[DIRECTIONS] Print, exactly as written, every line from the first line of the records below through the line containing "#41=IFCINDEXEDPOLYGONALFACE((11,32,34,13));", and nothing further.

Collected data
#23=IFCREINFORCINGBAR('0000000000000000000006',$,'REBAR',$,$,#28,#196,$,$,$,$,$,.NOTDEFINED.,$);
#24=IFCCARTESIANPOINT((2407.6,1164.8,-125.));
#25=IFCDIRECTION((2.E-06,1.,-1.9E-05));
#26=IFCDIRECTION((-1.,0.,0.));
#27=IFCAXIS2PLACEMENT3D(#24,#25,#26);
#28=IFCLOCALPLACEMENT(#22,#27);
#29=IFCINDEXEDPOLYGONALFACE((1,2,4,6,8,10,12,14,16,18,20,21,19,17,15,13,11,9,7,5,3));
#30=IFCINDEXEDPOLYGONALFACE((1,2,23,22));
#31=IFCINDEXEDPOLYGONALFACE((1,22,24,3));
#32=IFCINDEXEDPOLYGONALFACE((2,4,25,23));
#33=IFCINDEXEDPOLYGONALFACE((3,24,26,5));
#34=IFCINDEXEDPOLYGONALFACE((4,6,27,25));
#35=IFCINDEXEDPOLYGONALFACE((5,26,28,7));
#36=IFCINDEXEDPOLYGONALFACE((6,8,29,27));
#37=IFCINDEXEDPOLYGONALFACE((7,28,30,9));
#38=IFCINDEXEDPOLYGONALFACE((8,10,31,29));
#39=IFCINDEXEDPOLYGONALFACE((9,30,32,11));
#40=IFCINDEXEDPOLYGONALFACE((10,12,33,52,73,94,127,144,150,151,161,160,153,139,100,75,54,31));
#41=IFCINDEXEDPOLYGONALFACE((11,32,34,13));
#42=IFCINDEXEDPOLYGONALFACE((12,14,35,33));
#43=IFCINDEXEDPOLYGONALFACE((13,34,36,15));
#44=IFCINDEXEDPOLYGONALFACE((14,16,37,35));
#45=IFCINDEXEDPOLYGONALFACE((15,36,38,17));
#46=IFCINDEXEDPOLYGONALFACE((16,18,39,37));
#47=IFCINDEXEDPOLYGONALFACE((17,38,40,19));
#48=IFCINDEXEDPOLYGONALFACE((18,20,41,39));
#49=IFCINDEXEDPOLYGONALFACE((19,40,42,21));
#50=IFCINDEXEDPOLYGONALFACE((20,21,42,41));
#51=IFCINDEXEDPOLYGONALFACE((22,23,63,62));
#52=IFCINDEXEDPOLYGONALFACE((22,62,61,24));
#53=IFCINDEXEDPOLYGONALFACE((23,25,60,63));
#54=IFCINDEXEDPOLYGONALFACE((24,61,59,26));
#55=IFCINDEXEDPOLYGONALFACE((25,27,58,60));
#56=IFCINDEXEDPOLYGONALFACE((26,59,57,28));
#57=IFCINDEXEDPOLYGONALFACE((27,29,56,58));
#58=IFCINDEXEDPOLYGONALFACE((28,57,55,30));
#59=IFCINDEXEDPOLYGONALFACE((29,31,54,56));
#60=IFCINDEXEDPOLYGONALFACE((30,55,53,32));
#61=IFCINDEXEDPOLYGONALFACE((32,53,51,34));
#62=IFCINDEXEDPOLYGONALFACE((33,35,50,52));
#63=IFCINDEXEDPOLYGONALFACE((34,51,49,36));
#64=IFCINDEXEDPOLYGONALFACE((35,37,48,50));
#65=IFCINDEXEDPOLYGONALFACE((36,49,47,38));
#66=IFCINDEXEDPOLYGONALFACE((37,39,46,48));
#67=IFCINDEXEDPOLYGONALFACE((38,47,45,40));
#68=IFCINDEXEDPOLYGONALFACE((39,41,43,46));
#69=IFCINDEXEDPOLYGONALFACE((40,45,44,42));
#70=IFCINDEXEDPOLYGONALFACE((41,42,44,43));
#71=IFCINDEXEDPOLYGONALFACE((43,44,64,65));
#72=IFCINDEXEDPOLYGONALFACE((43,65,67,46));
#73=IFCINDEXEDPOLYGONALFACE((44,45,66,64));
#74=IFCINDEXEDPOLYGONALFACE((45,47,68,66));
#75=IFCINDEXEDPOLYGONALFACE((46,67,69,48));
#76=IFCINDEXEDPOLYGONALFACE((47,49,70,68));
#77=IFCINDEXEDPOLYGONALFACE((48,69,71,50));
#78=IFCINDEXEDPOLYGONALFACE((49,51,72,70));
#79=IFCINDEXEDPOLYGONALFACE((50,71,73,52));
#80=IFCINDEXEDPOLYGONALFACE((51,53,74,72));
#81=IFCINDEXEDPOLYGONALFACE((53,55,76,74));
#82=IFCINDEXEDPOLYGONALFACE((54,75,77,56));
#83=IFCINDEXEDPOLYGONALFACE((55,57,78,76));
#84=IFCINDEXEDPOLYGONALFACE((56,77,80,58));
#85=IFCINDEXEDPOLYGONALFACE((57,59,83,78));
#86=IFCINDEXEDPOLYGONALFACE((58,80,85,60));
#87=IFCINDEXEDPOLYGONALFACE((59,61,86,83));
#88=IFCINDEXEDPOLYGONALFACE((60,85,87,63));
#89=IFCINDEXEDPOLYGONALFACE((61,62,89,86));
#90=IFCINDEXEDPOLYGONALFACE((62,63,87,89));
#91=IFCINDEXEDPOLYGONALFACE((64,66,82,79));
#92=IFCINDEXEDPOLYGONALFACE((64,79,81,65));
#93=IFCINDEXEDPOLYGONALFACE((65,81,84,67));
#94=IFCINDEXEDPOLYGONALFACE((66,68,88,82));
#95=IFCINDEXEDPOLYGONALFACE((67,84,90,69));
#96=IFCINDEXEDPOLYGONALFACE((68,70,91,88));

[YOUR RESPONSE]
#23=IFCREINFORCINGBAR('0000000000000000000006',$,'REBAR',$,$,#28,#196,$,$,$,$,$,.NOTDEFINED.,$);
#24=IFCCARTESIANPOINT((2407.6,1164.8,-125.));
#25=IFCDIRECTION((2.E-06,1.,-1.9E-05));
#26=IFCDIRECTION((-1.,0.,0.));
#27=IFCAXIS2PLACEMENT3D(#24,#25,#26);
#28=IFCLOCALPLACEMENT(#22,#27);
#29=IFCINDEXEDPOLYGONALFACE((1,2,4,6,8,10,12,14,16,18,20,21,19,17,15,13,11,9,7,5,3));
#30=IFCINDEXEDPOLYGONALFACE((1,2,23,22));
#31=IFCINDEXEDPOLYGONALFACE((1,22,24,3));
#32=IFCINDEXEDPOLYGONALFACE((2,4,25,23));
#33=IFCINDEXEDPOLYGONALFACE((3,24,26,5));
#34=IFCINDEXEDPOLYGONALFACE((4,6,27,25));
#35=IFCINDEXEDPOLYGONALFACE((5,26,28,7));
#36=IFCINDEXEDPOLYGONALFACE((6,8,29,27));
#37=IFCINDEXEDPOLYGONALFACE((7,28,30,9));
#38=IFCINDEXEDPOLYGONALFACE((8,10,31,29));
#39=IFCINDEXEDPOLYGONALFACE((9,30,32,11));
#40=IFCINDEXEDPOLYGONALFACE((10,12,33,52,73,94,127,144,150,151,161,160,153,139,100,75,54,31));
#41=IFCINDEXEDPOLYGONALFACE((11,32,34,13));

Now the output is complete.